Ника опьянела стремительно – как будто нырнула в мутную, чуть фосфоресцирующую воду. Комната мягко покачивалась, подталкивала под коленки, голос Константина Константиновича наплывал откуда-то, то с рокотом приближаясь, то откатывая, как волна, и тогда Ника мучительно встряхивала головой, пытаясь сосредоточиться. Иногда голос вопросительно взмывал вверх, и Ника поспешно кивала, боясь обидеть человека, который ее выслушал и накормил.
Лицо Константина Константиновича внезапно выплыло совсем рядом – огромное, бледное, – и Ника, на долю мгновения протрезвев, испугалась: она никогда не видела так близко чужое лицо.

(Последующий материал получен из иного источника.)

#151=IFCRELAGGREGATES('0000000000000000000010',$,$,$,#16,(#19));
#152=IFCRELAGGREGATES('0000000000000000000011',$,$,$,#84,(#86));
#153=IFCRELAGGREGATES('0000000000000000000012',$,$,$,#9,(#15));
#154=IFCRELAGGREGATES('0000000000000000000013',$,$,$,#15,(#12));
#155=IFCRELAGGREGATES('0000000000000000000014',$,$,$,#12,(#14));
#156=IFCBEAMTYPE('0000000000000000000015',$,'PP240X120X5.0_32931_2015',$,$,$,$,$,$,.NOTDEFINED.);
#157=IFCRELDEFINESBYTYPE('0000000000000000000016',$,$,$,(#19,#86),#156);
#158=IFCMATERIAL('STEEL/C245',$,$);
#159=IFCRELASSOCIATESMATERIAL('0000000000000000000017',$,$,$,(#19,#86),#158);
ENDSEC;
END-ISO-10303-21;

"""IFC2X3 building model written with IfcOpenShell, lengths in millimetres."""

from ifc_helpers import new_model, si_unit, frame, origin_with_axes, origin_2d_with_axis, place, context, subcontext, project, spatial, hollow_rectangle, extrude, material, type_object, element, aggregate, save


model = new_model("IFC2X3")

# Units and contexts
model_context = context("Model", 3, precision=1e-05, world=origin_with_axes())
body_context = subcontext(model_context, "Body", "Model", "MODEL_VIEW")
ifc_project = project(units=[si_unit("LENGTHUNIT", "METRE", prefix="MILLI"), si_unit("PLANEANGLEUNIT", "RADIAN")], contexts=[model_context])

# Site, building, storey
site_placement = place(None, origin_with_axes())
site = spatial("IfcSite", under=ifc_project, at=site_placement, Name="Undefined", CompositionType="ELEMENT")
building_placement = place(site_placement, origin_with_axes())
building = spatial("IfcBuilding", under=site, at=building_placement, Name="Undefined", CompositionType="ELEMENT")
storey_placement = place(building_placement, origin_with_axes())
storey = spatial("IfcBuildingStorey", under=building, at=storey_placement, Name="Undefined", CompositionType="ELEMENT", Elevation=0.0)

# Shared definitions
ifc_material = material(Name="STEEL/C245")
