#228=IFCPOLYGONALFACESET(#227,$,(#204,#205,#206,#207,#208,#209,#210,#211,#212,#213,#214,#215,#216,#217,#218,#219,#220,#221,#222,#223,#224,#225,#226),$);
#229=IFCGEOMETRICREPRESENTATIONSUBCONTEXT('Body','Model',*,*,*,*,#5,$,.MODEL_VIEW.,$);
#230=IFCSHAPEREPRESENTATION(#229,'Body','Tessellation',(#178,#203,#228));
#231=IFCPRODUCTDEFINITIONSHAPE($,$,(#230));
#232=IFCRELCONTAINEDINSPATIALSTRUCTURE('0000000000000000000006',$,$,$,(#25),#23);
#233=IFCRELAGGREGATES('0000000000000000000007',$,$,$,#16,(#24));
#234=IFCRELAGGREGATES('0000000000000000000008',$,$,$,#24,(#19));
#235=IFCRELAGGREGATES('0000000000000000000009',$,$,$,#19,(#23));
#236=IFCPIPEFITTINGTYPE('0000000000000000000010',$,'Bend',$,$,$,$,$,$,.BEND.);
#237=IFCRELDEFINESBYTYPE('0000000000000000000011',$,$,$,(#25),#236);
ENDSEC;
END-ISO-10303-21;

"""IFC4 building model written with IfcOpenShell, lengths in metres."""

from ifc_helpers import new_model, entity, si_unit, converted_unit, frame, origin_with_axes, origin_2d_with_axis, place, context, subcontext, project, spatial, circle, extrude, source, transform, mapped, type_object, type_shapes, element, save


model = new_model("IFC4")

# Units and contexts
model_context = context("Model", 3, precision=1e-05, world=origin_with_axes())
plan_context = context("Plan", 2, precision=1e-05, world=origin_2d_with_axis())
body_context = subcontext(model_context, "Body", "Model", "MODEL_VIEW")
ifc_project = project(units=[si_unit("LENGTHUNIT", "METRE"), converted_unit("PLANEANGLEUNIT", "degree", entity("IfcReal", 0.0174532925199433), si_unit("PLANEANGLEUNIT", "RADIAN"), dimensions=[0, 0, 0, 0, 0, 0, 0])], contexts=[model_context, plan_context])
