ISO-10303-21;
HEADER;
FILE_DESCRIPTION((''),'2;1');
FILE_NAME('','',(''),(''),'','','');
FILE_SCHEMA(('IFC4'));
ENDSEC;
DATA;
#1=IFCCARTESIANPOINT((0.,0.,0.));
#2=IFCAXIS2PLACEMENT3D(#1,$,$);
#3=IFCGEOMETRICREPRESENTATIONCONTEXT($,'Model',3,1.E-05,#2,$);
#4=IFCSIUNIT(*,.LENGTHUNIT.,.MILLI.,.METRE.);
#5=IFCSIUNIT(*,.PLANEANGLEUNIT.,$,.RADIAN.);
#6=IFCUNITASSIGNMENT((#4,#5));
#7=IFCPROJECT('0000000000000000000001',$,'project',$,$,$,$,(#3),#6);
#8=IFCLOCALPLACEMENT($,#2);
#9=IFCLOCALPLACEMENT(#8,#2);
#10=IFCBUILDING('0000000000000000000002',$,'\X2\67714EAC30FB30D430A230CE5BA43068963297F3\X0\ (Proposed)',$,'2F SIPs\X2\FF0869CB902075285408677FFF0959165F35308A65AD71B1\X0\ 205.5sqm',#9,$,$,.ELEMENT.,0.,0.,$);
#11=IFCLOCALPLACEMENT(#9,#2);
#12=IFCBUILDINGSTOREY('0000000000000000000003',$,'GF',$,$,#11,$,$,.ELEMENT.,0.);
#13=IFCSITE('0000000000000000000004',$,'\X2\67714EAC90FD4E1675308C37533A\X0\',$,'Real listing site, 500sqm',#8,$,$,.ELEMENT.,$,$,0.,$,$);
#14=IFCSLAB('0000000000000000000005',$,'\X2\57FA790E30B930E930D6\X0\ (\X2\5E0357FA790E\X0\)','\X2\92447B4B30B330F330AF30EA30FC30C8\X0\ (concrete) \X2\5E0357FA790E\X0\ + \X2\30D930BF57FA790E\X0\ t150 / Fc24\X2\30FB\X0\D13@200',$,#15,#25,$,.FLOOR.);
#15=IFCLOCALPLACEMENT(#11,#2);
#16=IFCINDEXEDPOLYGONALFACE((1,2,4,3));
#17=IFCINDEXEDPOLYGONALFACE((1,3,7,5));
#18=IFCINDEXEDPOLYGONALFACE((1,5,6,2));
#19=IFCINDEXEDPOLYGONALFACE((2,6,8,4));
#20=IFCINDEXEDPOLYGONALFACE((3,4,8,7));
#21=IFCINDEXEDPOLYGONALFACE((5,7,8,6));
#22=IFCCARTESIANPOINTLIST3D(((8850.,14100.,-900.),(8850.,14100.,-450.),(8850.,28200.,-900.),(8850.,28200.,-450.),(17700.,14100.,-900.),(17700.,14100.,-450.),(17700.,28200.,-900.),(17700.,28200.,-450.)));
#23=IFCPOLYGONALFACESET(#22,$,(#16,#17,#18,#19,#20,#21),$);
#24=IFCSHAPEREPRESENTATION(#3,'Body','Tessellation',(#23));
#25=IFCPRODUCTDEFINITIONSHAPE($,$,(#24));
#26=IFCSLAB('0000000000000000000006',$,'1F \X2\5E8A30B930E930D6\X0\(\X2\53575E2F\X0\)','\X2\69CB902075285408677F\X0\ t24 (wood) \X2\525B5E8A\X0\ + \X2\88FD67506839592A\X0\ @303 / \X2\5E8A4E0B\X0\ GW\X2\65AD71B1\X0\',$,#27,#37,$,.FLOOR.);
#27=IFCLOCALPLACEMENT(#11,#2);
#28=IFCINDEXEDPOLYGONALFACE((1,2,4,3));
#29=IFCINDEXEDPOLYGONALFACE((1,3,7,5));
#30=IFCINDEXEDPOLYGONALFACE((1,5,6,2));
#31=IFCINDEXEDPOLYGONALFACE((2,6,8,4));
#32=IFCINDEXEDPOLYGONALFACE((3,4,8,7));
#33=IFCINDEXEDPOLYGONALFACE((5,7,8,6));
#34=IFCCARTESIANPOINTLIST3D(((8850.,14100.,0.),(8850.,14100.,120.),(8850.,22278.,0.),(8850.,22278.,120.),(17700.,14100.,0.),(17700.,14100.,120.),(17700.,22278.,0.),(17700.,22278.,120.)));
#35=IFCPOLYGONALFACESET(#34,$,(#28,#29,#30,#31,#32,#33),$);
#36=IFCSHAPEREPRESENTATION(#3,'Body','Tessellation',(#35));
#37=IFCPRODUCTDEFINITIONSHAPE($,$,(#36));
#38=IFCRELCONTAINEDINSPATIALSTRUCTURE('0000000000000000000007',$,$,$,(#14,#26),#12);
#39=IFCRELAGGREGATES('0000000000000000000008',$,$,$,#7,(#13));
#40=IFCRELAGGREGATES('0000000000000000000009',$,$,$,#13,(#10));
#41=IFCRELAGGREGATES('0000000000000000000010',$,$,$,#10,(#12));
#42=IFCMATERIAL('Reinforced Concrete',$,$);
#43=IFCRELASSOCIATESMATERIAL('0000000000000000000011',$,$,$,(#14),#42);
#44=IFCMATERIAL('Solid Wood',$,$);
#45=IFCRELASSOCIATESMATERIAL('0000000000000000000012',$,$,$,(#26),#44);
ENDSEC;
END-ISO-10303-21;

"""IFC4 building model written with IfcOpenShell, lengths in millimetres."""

from ifc_helpers import new_model, si_unit, frame, frame_2d, origin, place, context, project, spatial, rectangle, extrude, material, element, save


model = new_model("IFC4")

# Units and contexts
model_context = context("Model", 3, precision=1e-05, world=origin())
ifc_project = project(units=[si_unit("LENGTHUNIT", "METRE", prefix="MILLI"), si_unit("PLANEANGLEUNIT", "RADIAN")], contexts=[model_context])

# Site, building, storey
site_placement = place(None, origin())
site = spatial("IfcSite", under=ifc_project, at=site_placement, Name="東京都世田谷区", ObjectType="Real listing site, 500sqm", CompositionType="ELEMENT", RefElevation=0.0)
building_placement = place(site_placement, origin())
building = spatial("IfcBuilding", under=site, at=building_placement, Name="東京・ピアノ室と防音 (Proposed)", ObjectType="2F SIPs（構造用合板）外張り断熱 205.5sqm", CompositionType="ELEMENT", ElevationOfRefHeight=0.0, ElevationOfTerrain=0.0)
storey_placement = place(building_placement, origin())
storey = spatial("IfcBuildingStorey", under=building, at=storey_placement, Name="GF", CompositionType="ELEMENT", Elevation=0.0)

# Shared definitions
ifc_material_1 = material(Name="Solid Wood")

# Slabs
ifc_material_2 = material(Name="Reinforced Concrete")
slab_1_placement = place(storey_placement, frame((4425.0, 7050.0, -450.0)))
element("IfcSlab", 1, at=slab_1_placement, inside=storey, material=ifc_material_2, Name="基礎スラブ (布基礎)", Description="鉄筋コンクリート (concrete) 布基礎 + ベタ基礎 t150 / Fc24・D13@200", PredefinedType="FLOOR", context=model_context, shape_type="SweptSolid", body=[
    extrude(rectangle(XDim=8850.0, YDim=14100.0, at=frame_2d((4425.0, 7050.0))), frame((4425.0, 7050.0, -450.0)), (0.0, 0.0, 1.0), 450.0),
])
slab_2_placement = place(storey_placement, frame((4425.0, 7050.0, 0.0)))
element("IfcSlab", 2, at=slab_2_placement, inside=storey, material=ifc_material_1, Name="1F 床スラブ(南帯)", Description="構造用合板 t24 (wood) 剛床 + 製材根太 @303 / 床下 GW断熱", PredefinedType="FLOOR", context=model_context, shape_type="SweptSolid", body=[
    extrude(rectangle(XDim=8850.0, YDim=8178.0, at=frame_2d((4425.0, 4089.0))), frame((4425.0, 7050.0, 0.0)), (0.0, 0.0, 1.0), 120.0),
])

save(model, "model.ifc")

– Вам лучше пойти к себе. Я вас провожу, – очень отчетливо и терпеливо, как ребенку, повторил Константин Константинович.
Ника опять непонимающе кивнула, бессмысленно, как кукла, блестя глазами и полуоткрыв влажный безвольный рот. На шее у нее, в теплой смуглой ямке, быстро-быстро дрожала живая ртутная бусина пульса. Константин Константинович почувствовал, что у него чернеет в глазах.
Ника неуклюже влезла на кресло, похожее на опрокинутый трон, и попыталась устроить на нем бесстыдно, невозможно раскинутые ноги. Юбка пузырилась, Ника возилась с ней, разглаживала, успокаиваясь от этих простых действий и мысленно привыкая к тому, что сейчас к ней, вывернутой почти наизнанку, подойдет другой человек, тоже женщина, и начнет нарочно делать ей больно, начнет делать с ней, внутри, страшные, нестерпимые вещи, но не насильно, а потому, что она, Ника, не только сама согласилась на это, но еще и заплатила за это огромные деньги.
Кресло стояло прямо напротив окна, наспех, неаккуратно замалеванного до половины белой масленой краской. Врач уже подошла к Нике с каким-то сверкающим, металлическим, чудовищным даже на вид инструментом и принялась деловито засовывать его Нике прямо в глубину живота, как Ника вдруг, вся приподнявшись, со взмокшей, напряженной спиной, закричала так, что хорошенькая медсестра уронила что-то острое и звякнувшее на стерильный, прикрытый тончайшей салфеткой столик.
– Дети, Господи! Там же дети! – вопила Ника, отбиваясь от брезгливо перекошенного врача и судорожно сводя распахнутые коленки, и всё показывала за окно подбородком, пока врач наконец не догадалась обернуться.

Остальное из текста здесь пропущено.